Similarly the £15,420 Mazda6 2.0D TS 121 PS which is now Euro4 emission approved, will depreciate by £10,495 over three years/60,000 miles compared with the £11,690 ‘lost’ by the rival £16,465 Vauxhall Vectra 2.0 DTi SXi.
Mr McGonigle said: ‘A combination of ultra-competitive list prices and strong residual values means the Mazda6 is an enticing package for fleet managers and company car drivers as well as private buyers.
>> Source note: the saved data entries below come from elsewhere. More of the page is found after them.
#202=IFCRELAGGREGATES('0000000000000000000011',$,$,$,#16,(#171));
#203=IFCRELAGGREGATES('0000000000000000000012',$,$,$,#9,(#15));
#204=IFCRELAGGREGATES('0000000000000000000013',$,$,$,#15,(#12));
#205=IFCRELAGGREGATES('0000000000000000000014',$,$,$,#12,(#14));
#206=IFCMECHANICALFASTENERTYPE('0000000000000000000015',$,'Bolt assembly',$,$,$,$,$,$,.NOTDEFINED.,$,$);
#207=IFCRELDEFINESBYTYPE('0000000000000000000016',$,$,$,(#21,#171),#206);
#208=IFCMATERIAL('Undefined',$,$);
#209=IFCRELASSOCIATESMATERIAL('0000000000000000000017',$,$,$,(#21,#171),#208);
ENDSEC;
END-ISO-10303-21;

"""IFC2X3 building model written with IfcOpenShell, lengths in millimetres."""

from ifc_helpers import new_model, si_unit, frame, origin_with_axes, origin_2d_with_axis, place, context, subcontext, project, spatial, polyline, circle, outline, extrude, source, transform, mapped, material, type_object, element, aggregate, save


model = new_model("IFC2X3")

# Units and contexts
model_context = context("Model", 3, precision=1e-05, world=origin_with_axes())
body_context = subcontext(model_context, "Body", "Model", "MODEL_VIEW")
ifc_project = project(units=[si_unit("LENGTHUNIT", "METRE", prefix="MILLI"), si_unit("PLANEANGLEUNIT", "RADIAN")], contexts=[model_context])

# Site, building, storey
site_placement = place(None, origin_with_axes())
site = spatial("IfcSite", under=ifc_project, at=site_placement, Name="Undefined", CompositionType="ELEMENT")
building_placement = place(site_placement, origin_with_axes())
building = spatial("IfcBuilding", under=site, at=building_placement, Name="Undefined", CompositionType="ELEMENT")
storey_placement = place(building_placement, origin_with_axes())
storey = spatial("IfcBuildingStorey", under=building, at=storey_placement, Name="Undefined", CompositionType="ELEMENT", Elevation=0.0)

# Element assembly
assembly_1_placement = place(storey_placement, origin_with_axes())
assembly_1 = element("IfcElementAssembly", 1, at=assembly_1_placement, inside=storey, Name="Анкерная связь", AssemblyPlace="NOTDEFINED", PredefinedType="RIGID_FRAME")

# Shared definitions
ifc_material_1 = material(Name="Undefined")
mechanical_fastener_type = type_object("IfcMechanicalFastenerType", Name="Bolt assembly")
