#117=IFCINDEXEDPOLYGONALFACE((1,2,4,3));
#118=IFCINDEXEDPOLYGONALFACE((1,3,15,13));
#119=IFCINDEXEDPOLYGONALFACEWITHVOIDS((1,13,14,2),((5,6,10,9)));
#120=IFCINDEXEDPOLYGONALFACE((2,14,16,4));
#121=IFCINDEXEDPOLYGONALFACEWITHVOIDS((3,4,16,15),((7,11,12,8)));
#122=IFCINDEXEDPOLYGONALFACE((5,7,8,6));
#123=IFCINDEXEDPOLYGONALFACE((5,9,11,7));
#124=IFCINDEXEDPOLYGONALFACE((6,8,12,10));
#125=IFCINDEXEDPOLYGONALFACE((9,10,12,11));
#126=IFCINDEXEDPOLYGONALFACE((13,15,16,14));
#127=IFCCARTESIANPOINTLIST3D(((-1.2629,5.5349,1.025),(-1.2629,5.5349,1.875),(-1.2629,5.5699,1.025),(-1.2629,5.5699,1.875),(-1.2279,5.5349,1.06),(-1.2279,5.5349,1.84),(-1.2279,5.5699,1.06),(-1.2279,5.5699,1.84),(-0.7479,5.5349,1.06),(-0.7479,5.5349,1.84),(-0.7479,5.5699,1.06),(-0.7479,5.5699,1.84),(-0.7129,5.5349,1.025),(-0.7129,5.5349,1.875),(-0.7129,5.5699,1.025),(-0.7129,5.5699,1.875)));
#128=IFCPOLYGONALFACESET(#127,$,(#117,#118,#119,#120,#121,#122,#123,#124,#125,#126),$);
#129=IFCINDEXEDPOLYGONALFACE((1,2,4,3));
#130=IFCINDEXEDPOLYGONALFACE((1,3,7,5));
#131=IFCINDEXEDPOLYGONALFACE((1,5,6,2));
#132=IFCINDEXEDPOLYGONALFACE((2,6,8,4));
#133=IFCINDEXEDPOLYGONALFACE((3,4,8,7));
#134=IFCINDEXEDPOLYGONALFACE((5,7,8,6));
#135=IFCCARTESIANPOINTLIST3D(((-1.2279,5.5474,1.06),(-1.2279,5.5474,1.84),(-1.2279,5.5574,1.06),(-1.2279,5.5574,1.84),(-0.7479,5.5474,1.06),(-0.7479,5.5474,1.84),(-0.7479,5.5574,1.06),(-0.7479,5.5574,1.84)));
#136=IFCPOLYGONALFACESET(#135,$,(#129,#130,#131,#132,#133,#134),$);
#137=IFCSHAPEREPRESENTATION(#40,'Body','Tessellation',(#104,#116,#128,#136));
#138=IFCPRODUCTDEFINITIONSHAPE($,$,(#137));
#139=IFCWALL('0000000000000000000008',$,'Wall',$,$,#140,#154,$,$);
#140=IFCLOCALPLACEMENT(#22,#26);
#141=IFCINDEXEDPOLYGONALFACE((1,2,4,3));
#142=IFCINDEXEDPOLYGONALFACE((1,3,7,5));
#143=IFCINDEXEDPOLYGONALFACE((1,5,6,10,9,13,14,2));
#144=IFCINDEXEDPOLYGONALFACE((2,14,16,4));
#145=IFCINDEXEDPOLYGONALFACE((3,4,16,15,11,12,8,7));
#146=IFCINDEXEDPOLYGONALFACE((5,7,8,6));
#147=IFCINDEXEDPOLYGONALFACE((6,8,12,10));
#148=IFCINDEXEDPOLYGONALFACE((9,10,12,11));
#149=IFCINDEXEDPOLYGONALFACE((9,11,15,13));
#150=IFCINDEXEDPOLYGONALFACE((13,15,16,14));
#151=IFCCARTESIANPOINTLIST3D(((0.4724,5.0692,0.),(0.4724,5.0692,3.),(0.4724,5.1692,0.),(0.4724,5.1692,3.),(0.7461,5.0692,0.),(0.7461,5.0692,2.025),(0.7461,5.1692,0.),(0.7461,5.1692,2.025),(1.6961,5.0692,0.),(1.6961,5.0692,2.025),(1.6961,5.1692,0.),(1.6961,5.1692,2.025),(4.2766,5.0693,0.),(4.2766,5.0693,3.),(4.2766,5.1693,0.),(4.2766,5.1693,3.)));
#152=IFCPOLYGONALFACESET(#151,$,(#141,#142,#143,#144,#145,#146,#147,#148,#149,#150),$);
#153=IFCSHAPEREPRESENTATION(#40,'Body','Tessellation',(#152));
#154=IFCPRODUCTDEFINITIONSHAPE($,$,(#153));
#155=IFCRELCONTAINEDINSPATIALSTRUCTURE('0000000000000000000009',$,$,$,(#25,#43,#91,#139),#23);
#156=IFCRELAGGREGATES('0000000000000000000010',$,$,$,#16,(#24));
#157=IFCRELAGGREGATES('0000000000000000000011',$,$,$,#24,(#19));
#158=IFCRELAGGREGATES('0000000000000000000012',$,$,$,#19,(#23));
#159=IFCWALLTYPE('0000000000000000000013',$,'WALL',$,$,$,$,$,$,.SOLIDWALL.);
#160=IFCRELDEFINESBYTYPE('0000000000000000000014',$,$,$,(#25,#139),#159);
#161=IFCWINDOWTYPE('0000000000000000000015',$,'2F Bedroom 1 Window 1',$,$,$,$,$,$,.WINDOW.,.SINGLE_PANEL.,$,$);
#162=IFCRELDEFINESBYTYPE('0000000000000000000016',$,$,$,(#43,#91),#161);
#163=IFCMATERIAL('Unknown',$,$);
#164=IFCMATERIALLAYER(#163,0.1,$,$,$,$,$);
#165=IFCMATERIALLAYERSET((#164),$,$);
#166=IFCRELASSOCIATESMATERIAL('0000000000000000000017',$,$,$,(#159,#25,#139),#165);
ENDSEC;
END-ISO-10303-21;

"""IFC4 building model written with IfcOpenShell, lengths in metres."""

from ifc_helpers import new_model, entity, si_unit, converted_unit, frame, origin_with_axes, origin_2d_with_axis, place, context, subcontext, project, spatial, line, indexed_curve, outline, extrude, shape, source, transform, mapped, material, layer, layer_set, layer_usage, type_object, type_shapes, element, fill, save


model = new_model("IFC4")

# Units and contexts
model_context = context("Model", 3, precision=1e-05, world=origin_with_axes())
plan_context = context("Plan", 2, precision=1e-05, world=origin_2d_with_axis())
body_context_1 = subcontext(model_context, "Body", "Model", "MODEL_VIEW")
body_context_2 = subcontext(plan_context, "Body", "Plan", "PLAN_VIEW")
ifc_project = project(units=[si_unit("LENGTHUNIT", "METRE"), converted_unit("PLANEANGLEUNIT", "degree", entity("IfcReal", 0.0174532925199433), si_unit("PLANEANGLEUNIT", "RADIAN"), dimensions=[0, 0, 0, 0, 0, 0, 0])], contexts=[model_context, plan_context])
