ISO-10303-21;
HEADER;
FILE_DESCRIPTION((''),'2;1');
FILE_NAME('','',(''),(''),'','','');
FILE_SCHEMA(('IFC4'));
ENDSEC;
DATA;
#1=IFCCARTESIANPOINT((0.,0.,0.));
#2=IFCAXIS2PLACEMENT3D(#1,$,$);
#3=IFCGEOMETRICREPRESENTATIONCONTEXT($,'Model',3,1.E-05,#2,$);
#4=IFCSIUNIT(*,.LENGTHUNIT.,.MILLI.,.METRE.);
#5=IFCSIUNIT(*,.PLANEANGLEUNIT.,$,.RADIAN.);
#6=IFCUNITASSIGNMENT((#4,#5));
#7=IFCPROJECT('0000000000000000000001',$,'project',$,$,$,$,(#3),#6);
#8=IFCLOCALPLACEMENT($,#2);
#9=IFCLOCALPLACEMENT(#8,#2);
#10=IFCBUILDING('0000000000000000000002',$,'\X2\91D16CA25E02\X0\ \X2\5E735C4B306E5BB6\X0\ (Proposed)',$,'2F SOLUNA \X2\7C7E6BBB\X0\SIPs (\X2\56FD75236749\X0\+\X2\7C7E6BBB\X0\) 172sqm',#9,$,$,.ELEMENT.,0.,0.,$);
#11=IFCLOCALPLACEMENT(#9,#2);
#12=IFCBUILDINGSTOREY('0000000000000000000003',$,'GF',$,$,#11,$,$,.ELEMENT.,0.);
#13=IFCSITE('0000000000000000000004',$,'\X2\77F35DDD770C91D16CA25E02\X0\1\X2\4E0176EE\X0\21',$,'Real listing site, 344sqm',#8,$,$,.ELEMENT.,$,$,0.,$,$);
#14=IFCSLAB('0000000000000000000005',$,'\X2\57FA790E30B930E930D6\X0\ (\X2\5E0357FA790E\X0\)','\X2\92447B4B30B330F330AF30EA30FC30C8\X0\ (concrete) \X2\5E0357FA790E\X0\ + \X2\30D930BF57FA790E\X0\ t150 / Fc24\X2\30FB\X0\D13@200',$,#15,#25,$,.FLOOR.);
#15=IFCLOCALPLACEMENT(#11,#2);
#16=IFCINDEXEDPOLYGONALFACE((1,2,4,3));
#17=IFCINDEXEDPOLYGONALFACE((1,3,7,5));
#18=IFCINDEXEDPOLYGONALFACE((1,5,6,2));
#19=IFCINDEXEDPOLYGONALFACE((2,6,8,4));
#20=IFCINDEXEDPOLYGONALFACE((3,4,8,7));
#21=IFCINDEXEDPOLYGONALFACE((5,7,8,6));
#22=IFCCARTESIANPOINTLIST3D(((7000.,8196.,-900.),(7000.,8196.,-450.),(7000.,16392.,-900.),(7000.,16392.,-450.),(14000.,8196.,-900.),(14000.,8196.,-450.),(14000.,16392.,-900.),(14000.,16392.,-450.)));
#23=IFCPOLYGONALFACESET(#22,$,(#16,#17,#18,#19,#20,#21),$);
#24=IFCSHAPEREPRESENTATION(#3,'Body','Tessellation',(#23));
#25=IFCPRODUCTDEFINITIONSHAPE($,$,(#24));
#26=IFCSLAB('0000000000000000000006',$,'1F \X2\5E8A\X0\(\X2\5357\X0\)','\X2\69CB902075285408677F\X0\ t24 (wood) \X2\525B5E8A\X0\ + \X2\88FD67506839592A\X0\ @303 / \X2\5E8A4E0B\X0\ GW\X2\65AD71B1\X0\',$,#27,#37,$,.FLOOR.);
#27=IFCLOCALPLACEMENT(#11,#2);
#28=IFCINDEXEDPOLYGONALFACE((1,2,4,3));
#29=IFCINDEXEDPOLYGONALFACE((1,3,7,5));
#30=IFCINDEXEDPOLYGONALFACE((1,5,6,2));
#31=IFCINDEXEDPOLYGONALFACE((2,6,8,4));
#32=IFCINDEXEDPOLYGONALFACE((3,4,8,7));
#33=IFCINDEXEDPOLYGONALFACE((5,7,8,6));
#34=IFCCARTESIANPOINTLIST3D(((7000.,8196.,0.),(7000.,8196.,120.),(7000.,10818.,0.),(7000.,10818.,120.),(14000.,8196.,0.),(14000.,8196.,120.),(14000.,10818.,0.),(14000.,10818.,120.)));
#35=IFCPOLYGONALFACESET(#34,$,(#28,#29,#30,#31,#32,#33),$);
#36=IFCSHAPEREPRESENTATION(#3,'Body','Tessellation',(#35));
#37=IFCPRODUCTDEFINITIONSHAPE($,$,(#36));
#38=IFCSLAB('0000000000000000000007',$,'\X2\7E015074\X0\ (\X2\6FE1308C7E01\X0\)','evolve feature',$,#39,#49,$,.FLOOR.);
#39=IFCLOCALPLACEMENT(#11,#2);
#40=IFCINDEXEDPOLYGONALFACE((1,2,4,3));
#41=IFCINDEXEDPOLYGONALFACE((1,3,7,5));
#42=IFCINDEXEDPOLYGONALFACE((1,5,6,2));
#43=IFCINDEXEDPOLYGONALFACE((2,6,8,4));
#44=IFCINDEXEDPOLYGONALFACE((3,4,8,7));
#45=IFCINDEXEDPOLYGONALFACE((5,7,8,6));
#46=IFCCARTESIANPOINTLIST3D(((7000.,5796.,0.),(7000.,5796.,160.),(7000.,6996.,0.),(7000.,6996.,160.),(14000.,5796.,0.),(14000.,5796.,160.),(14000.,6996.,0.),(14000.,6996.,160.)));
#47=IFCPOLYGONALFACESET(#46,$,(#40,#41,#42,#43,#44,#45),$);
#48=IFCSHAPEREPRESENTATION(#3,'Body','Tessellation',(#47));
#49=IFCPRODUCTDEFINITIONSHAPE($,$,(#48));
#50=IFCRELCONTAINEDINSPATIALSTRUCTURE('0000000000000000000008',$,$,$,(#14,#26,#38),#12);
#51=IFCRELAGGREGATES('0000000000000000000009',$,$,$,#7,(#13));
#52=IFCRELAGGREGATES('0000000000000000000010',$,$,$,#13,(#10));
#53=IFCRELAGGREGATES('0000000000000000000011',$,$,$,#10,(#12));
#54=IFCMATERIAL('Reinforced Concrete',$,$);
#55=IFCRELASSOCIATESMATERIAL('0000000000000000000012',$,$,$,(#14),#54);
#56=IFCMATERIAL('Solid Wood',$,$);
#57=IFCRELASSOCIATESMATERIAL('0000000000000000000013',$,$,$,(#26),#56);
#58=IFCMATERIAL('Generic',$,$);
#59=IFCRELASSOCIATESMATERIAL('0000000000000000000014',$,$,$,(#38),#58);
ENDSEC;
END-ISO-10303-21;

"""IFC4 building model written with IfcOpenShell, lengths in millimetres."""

from ifc_helpers import new_model, si_unit, frame, frame_2d, origin, place, context, project, spatial, rectangle, extrude, material, element, save


model = new_model("IFC4")

# Units and contexts
model_context = context("Model", 3, precision=1e-05, world=origin())
ifc_project = project(units=[si_unit("LENGTHUNIT", "METRE", prefix="MILLI"), si_unit("PLANEANGLEUNIT", "RADIAN")], contexts=[model_context])

# Site, building, storey
site_placement = place(None, origin())
site = spatial("IfcSite", under=ifc_project, at=site_placement, Name="石川県金沢市1丁目21", ObjectType="Real listing site, 344sqm", CompositionType="ELEMENT", RefElevation=0.0)
building_placement = place(site_placement, origin())
building = spatial("IfcBuilding", under=site, at=building_placement, Name="金沢市 平屋の家 (Proposed)", ObjectType="2F SOLUNA 籾殻SIPs (国産杉+籾殻) 172sqm", CompositionType="ELEMENT", ElevationOfRefHeight=0.0, ElevationOfTerrain=0.0)
storey_placement = place(building_placement, origin())
storey = spatial("IfcBuildingStorey", under=building, at=storey_placement, Name="GF", CompositionType="ELEMENT", Elevation=0.0)

# Slabs
ifc_material_1 = material(Name="Reinforced Concrete")
slab_1_placement = place(storey_placement, frame((3500.0, 4098.0, -450.0)))
element("IfcSlab", 1, at=slab_1_placement, inside=storey, material=ifc_material_1, Name="基礎スラブ (布基礎)", Description="鉄筋コンクリート (concrete) 布基礎 + ベタ基礎 t150 / Fc24・D13@200", PredefinedType="FLOOR", context=model_context, shape_type="SweptSolid", body=[
    extrude(rectangle(XDim=7000.0, YDim=8196.0, at=frame_2d((3500.0, 4098.0))), frame((3500.0, 4098.0, -450.0)), (0.0, 0.0, 1.0), 450.0),
])
ifc_material_2 = material(Name="Solid Wood")
slab_2_placement = place(storey_placement, frame((3500.0, 4098.0, 0.0)))
element("IfcSlab", 2, at=slab_2_placement, inside=storey, material=ifc_material_2, Name="1F 床(南)", Description="構造用合板 t24 (wood) 剛床 + 製材根太 @303 / 床下 GW断熱", PredefinedType="FLOOR", context=model_context, shape_type="SweptSolid", body=[
    extrude(rectangle(XDim=7000.0, YDim=2622.0, at=frame_2d((3500.0, 1311.0))), frame((3500.0, 4098.0, 0.0)), (0.0, 0.0, 1.0), 120.0),
])
ifc_material_3 = material(Name="Generic")
slab_3_placement = place(storey_placement, frame((3500.0, 2898.0, 0.0)))
element("IfcSlab", 3, at=slab_3_placement, inside=storey, material=ifc_material_3, Name="縁側 (濡れ縁)", Description="evolve feature", PredefinedType="FLOOR", context=model_context, shape_type="SweptSolid", body=[
    extrude(rectangle(XDim=7000.0, YDim=1200.0, at=frame_2d((3500.0, 600.0))), frame((3500.0, 2898.0, 0.0)), (0.0, 0.0, 1.0), 160.0),
])

save(model, "model.ifc")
Customers who are choosing the Mazda6 are making the choice in the knowledge that there is significant demand for the vehicle in the used car market.
‘Meanwhile, buyers of nearly-new Mazda6 models from our dealers know that they are driving a car that will lose less money than many of its rivals under their ownership.
‘For drivers the Mazda6 epitomises the Mazda brand, with sports styling and exhilarating dynamics with practicality and value that’s unrivalled in the upper medium sector.’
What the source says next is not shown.